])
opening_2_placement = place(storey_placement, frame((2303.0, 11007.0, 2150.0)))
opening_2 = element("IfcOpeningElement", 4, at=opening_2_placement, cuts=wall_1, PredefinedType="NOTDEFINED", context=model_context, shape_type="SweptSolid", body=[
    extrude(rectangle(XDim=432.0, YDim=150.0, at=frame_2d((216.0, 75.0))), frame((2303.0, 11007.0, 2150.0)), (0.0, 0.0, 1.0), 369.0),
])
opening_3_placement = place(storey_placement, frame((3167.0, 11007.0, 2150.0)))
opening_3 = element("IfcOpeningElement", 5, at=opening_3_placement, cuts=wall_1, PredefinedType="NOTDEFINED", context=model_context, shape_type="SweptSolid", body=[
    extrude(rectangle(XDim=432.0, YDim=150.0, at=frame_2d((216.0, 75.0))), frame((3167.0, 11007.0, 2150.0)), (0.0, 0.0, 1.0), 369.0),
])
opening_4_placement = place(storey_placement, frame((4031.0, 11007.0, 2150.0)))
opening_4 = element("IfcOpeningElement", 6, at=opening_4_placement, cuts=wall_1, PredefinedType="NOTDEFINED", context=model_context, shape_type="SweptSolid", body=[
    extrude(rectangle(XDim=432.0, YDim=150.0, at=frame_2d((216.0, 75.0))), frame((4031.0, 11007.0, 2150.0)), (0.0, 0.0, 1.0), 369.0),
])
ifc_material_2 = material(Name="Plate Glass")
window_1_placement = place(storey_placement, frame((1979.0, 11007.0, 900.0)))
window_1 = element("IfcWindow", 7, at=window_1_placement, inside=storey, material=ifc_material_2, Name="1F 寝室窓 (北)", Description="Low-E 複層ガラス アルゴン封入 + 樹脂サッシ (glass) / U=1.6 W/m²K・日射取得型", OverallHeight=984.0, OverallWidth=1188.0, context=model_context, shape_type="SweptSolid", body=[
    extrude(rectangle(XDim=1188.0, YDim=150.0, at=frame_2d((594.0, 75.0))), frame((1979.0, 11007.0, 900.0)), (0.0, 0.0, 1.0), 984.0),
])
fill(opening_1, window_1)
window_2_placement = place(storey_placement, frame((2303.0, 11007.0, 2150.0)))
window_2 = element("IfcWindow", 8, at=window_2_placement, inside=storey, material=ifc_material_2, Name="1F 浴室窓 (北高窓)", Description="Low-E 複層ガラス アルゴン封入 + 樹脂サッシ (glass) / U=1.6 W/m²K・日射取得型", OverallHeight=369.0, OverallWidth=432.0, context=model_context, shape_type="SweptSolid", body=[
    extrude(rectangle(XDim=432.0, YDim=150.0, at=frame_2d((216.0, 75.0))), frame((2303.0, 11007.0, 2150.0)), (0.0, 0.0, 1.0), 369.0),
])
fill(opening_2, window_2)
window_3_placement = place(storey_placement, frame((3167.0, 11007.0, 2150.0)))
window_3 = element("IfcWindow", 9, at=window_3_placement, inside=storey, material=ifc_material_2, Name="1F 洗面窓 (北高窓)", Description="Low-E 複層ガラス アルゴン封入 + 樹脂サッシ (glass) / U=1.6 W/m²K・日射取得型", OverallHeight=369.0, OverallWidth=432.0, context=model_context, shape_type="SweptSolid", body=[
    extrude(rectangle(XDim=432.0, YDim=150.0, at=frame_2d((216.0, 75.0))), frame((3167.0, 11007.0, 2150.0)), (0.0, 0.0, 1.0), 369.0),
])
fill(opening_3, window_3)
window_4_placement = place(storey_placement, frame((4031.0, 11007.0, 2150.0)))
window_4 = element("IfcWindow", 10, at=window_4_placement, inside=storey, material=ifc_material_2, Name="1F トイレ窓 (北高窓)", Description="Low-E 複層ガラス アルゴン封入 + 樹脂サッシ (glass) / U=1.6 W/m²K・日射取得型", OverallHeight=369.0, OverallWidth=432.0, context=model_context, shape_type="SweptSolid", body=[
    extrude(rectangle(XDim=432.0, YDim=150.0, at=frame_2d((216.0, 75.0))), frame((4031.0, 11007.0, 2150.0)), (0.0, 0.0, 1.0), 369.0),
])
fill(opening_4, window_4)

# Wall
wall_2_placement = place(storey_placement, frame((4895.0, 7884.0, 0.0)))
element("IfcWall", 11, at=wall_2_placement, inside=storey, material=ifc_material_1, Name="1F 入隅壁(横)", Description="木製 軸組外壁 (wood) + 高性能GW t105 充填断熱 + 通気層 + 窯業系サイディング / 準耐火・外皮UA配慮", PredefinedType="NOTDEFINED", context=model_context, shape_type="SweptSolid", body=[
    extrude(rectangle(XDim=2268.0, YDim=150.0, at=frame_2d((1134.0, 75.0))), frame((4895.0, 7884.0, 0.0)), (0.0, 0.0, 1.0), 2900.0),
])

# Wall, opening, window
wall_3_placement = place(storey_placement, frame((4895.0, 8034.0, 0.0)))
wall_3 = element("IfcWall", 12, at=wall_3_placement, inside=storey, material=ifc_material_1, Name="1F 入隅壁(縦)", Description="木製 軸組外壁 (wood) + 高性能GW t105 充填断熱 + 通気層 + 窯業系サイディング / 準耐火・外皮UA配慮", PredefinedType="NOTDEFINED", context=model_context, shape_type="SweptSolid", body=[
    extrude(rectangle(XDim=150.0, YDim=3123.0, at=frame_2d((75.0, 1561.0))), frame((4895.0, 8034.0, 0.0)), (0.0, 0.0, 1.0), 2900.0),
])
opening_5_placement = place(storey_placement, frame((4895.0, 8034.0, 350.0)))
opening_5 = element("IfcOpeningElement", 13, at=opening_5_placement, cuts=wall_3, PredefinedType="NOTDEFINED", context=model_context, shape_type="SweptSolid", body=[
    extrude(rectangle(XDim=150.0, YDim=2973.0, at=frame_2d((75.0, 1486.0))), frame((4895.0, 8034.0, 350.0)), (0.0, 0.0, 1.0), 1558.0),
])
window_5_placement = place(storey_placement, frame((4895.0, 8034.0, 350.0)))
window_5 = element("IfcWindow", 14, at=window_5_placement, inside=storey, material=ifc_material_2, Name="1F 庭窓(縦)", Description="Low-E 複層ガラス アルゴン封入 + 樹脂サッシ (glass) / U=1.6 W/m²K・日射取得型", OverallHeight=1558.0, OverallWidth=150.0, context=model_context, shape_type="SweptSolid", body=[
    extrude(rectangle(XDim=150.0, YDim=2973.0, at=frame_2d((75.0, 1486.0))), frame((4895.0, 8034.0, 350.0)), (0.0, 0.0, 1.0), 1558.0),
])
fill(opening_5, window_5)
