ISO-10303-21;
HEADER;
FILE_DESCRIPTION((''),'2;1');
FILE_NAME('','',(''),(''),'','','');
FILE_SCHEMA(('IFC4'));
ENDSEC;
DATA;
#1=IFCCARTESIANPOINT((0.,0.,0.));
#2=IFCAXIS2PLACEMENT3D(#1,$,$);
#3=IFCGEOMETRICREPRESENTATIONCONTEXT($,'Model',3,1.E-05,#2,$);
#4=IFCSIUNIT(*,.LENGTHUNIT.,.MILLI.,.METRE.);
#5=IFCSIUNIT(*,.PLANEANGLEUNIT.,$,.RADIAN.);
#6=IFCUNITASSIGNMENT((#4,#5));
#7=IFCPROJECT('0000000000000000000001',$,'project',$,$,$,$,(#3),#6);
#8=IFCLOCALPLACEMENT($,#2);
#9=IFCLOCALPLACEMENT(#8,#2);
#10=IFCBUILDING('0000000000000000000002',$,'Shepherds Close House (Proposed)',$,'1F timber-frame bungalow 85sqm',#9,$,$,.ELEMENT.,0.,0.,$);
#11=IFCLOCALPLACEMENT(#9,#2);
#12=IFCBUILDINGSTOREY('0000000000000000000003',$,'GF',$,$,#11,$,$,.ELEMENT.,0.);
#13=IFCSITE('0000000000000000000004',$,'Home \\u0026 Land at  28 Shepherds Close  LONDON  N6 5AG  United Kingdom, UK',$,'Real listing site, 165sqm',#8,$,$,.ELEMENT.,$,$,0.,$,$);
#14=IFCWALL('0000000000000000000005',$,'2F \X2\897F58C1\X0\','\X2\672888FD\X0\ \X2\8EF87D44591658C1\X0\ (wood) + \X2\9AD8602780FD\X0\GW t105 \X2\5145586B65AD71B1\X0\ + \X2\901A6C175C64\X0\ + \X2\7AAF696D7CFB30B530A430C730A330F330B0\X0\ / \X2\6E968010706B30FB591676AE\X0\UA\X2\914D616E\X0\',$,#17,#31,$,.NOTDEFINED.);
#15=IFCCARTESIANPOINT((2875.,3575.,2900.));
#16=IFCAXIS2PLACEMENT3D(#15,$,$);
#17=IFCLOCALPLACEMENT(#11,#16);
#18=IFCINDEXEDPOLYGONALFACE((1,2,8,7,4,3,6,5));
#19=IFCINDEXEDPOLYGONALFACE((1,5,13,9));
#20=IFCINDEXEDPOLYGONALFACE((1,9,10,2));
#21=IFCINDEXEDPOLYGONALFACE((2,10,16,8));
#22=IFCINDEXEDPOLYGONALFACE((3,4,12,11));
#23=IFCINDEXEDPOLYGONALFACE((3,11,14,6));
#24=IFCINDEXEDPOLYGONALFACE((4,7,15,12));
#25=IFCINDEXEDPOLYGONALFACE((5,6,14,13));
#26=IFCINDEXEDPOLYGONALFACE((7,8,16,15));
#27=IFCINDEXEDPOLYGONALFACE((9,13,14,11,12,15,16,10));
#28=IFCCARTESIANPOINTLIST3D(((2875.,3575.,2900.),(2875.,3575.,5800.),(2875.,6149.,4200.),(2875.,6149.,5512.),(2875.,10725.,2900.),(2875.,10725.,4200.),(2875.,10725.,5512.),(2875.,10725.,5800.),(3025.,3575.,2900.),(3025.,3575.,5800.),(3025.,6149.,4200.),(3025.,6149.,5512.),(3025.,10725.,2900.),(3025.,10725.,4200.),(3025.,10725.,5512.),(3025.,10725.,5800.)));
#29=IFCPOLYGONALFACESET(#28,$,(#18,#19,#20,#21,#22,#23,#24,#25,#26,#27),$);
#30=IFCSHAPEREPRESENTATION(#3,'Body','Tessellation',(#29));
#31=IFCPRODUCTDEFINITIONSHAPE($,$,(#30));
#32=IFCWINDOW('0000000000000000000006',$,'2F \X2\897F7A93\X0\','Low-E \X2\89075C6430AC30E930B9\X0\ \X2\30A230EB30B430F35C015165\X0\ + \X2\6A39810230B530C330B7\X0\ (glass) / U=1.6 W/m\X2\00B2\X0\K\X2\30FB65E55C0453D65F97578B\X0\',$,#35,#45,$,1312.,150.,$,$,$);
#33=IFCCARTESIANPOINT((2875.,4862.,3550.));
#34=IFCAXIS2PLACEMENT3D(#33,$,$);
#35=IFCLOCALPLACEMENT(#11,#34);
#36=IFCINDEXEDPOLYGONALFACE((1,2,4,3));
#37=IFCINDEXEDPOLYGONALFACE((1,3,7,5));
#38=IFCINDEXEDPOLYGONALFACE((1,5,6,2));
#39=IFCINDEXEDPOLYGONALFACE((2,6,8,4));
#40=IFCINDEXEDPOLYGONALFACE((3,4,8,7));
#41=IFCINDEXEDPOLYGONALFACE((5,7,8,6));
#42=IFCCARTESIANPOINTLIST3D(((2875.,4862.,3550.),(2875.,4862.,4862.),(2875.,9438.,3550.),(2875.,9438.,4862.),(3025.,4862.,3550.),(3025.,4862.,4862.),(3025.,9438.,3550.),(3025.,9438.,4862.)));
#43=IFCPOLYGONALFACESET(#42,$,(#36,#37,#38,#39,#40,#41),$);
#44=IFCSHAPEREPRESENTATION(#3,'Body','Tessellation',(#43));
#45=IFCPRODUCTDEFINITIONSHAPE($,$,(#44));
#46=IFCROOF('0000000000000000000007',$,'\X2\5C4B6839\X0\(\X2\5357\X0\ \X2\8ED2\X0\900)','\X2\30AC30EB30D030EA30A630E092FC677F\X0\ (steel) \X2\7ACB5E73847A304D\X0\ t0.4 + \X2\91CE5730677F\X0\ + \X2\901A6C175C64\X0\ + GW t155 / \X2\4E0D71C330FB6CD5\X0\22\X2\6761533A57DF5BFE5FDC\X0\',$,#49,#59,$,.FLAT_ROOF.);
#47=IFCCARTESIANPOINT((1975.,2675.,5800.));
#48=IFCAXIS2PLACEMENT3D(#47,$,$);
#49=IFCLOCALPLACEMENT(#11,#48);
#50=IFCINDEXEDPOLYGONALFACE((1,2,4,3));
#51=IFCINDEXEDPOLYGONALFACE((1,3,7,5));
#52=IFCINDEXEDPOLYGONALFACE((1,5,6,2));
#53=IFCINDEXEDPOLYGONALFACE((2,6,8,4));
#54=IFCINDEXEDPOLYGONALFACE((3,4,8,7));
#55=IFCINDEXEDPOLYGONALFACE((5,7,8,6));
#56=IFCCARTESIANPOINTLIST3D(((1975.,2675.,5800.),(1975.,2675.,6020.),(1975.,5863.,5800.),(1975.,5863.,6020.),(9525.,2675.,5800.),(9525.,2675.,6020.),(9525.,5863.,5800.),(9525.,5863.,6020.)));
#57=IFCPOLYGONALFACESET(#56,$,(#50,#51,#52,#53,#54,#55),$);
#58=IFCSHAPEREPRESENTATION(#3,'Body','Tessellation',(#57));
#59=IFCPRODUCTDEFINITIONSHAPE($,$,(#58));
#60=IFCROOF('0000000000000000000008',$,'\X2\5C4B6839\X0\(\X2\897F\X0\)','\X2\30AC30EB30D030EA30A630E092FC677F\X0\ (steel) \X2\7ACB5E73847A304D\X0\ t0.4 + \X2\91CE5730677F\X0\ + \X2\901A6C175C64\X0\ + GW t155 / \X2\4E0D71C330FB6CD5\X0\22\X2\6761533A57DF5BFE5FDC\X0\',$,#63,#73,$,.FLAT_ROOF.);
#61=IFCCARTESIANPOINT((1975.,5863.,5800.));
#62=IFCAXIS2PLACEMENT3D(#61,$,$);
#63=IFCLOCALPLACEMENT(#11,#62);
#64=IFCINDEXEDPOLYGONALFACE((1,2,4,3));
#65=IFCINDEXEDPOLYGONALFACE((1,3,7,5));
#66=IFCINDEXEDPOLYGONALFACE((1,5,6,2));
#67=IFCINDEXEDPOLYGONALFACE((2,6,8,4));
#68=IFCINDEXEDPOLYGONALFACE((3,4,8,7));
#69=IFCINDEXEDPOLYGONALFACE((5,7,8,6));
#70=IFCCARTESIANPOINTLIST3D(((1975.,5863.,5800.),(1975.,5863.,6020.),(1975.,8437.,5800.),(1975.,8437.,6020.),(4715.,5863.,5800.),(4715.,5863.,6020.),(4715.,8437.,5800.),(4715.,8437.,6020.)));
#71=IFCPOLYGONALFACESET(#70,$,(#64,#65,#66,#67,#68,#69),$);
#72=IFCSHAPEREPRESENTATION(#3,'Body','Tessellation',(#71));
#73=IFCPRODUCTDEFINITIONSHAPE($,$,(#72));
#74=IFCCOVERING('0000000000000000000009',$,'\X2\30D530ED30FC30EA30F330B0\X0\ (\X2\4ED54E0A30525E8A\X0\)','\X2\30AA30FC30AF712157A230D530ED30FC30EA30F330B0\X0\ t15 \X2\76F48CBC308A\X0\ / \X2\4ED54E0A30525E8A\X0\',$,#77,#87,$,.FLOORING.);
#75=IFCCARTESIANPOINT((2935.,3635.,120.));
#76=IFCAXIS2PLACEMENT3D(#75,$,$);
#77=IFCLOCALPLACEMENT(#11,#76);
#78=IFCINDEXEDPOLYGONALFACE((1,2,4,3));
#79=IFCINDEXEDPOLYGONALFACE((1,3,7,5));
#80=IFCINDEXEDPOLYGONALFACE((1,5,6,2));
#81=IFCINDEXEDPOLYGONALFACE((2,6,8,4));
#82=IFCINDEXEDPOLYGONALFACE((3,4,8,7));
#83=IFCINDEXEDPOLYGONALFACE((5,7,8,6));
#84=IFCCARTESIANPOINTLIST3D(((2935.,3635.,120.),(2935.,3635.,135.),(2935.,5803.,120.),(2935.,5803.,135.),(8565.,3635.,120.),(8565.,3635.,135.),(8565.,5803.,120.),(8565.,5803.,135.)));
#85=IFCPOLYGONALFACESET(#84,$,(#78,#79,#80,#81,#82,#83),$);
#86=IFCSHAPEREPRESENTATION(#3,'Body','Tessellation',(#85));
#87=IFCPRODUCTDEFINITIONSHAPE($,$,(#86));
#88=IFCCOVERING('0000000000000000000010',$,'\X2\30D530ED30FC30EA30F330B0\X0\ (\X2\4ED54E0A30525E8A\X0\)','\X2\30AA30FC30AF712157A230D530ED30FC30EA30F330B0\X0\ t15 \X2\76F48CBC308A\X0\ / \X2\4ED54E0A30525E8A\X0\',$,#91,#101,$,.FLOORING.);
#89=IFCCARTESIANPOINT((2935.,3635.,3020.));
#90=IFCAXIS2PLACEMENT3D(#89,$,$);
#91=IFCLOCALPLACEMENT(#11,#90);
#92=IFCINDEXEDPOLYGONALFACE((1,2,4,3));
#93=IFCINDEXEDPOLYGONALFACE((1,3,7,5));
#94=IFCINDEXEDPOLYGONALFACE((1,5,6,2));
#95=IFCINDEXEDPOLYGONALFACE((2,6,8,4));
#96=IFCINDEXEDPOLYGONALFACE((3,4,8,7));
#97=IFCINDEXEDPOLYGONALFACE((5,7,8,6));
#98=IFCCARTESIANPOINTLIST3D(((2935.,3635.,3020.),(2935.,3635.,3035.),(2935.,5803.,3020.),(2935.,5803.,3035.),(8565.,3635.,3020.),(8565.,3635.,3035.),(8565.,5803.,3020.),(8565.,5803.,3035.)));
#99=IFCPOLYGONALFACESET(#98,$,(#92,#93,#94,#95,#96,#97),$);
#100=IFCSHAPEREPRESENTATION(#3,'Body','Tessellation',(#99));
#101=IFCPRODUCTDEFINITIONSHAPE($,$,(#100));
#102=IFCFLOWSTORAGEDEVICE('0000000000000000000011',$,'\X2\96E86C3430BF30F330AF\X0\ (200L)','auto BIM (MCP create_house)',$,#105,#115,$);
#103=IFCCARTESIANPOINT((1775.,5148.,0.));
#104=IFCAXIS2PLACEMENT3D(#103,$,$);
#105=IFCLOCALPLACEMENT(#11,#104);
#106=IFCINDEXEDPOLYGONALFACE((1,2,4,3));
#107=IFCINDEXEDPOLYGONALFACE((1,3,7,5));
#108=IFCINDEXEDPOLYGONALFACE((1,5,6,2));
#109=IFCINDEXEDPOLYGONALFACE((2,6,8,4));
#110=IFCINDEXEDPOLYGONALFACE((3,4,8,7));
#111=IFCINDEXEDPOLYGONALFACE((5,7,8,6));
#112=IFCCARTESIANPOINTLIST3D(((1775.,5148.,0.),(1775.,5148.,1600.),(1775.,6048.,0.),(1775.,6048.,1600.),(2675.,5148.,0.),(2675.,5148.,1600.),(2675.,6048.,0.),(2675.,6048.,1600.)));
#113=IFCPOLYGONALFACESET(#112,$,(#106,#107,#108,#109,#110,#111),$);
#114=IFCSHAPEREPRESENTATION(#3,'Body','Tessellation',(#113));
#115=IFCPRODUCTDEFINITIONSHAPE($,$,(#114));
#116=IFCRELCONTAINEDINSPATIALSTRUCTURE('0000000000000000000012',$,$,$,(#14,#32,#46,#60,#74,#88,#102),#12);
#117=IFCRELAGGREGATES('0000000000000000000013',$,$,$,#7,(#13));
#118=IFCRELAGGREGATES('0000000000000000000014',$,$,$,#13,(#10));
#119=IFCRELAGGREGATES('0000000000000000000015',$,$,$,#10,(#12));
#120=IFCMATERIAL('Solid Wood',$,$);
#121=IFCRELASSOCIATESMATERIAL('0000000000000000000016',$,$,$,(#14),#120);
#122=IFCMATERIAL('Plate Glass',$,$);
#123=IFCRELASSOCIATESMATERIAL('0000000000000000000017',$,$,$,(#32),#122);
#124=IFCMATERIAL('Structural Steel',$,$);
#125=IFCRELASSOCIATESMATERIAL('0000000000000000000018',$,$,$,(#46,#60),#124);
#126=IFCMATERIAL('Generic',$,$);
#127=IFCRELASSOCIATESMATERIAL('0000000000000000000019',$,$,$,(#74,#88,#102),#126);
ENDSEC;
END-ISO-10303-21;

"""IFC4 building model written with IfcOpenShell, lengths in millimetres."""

from ifc_helpers import new_model, si_unit, frame, frame_2d, origin, place, context, project, spatial, rectangle, extrude, material, element, fill, save


model = new_model("IFC4")

# Units and contexts
model_context = context("Model", 3, precision=1e-05, world=origin())
ifc_project = project(units=[si_unit("LENGTHUNIT", "METRE", prefix="MILLI"), si_unit("PLANEANGLEUNIT", "RADIAN")], contexts=[model_context])

# Site, building, storey
site_placement = place(None, origin())
site = spatial("IfcSite", under=ifc_project, at=site_placement, Name="Home \\u0026 Land at  28 Shepherds Close  LONDON  N6 5AG  United Kingdom, UK", ObjectType="Real listing site, 165sqm", CompositionType="ELEMENT", RefElevation=0.0)
building_placement = place(site_placement, origin())
building = spatial("IfcBuilding", under=site, at=building_placement, Name="Shepherds Close House (Proposed)", ObjectType="1F timber-frame bungalow 85sqm", CompositionType="ELEMENT", ElevationOfRefHeight=0.0, ElevationOfTerrain=0.0)
storey_placement = place(building_placement, origin())
storey = spatial("IfcBuildingStorey", under=building, at=storey_placement, Name="GF", CompositionType="ELEMENT", Elevation=0.0)

# Shared definitions
ifc_material_1 = material(Name="Solid Wood")
ifc_material_2 = material(Name="Generic")

# Shared definitions
ifc_material_3 = material(Name="Plate Glass")

# Wall, opening, window
wall_1_placement = place(storey_placement, frame((2875.0, 3575.0, 2900.0)))
wall_1 = element("IfcWall", 1, at=wall_1_placement, inside=storey, material=ifc_material_1, Name="2F 西壁", Description="木製 軸組外壁 (wood) + 高性能GW t105 充填断熱 + 通気層 + 窯業系サイディング / 準耐火・外皮UA配慮", PredefinedType="NOTDEFINED", context=model_context, shape_type="SweptSolid", body=[
    extrude(rectangle(XDim=150.0, YDim=7150.0, at=frame_2d((75.0, 3575.0))), frame((2875.0, 3575.0, 2900.0)), (0.0, 0.0, 1.0), 2900.0),
])
opening_1_placement = place(storey_placement, frame((2875.0, 4862.0, 3550.0)))
opening_1 = element("IfcOpeningElement", 2, at=opening_1_placement, cuts=wall_1, PredefinedType="NOTDEFINED", context=model_context, shape_type="SweptSolid", body=[
    extrude(rectangle(XDim=150.0, YDim=4576.0, at=frame_2d((75.0, 2288.0))), frame((2875.0, 4862.0, 3550.0)), (0.0, 0.0, 1.0), 1312.0),
])
window_1_placement = place(storey_placement, frame((2875.0, 4862.0, 3550.0)))
window_1 = element("IfcWindow", 3, at=window_1_placement, inside=storey, material=ifc_material_3, Name="2F 西窓", Description="Low-E 複層ガラス アルゴン封入 + 樹脂サッシ (glass) / U=1.6 W/m²K・日射取得型", OverallHeight=1312.0, OverallWidth=150.0, context=model_context, shape_type="SweptSolid", body=[
    extrude(rectangle(XDim=150.0, YDim=4576.0, at=frame_2d((75.0, 2288.0))), frame((2875.0, 4862.0, 3550.0)), (0.0, 0.0, 1.0), 1312.0),
])
fill(opening_1, window_1)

==================================================

Task:
Search the listing above for the lines with "#15=IFCCARTESIANPOINT((2875.,3575.,2900.));" and "#41=IFCINDEXEDPOLYGONALFACE((5,7,8,6));", then output those lines and all lines between them exactly.

Solution to this problem:
#15=IFCCARTESIANPOINT((2875.,3575.,2900.));
#16=IFCAXIS2PLACEMENT3D(#15,$,$);
#17=IFCLOCALPLACEMENT(#11,#16);
#18=IFCINDEXEDPOLYGONALFACE((1,2,8,7,4,3,6,5));
#19=IFCINDEXEDPOLYGONALFACE((1,5,13,9));
#20=IFCINDEXEDPOLYGONALFACE((1,9,10,2));
#21=IFCINDEXEDPOLYGONALFACE((2,10,16,8));
#22=IFCINDEXEDPOLYGONALFACE((3,4,12,11));
#23=IFCINDEXEDPOLYGONALFACE((3,11,14,6));
#24=IFCINDEXEDPOLYGONALFACE((4,7,15,12));
#25=IFCINDEXEDPOLYGONALFACE((5,6,14,13));
#26=IFCINDEXEDPOLYGONALFACE((7,8,16,15));
#27=IFCINDEXEDPOLYGONALFACE((9,13,14,11,12,15,16,10));
#28=IFCCARTESIANPOINTLIST3D(((2875.,3575.,2900.),(2875.,3575.,5800.),(2875.,6149.,4200.),(2875.,6149.,5512.),(2875.,10725.,2900.),(2875.,10725.,4200.),(2875.,10725.,5512.),(2875.,10725.,5800.),(3025.,3575.,2900.),(3025.,3575.,5800.),(3025.,6149.,4200.),(3025.,6149.,5512.),(3025.,10725.,2900.),(3025.,10725.,4200.),(3025.,10725.,5512.),(3025.,10725.,5800.)));
#29=IFCPOLYGONALFACESET(#28,$,(#18,#19,#20,#21,#22,#23,#24,#25,#26,#27),$);
#30=IFCSHAPEREPRESENTATION(#3,'Body','Tessellation',(#29));
#31=IFCPRODUCTDEFINITIONSHAPE($,$,(#30));
#32=IFCWINDOW('0000000000000000000006',$,'2F \X2\897F7A93\X0\','Low-E \X2\89075C6430AC30E930B9\X0\ \X2\30A230EB30B430F35C015165\X0\ + \X2\6A39810230B530C330B7\X0\ (glass) / U=1.6 W/m\X2\00B2\X0\K\X2\30FB65E55C0453D65F97578B\X0\',$,#35,#45,$,1312.,150.,$,$,$);
#33=IFCCARTESIANPOINT((2875.,4862.,3550.));
#34=IFCAXIS2PLACEMENT3D(#33,$,$);
#35=IFCLOCALPLACEMENT(#11,#34);
#36=IFCINDEXEDPOLYGONALFACE((1,2,4,3));
#37=IFCINDEXEDPOLYGONALFACE((1,3,7,5));
#38=IFCINDEXEDPOLYGONALFACE((1,5,6,2));
#39=IFCINDEXEDPOLYGONALFACE((2,6,8,4));
#40=IFCINDEXEDPOLYGONALFACE((3,4,8,7));
#41=IFCINDEXEDPOLYGONALFACE((5,7,8,6));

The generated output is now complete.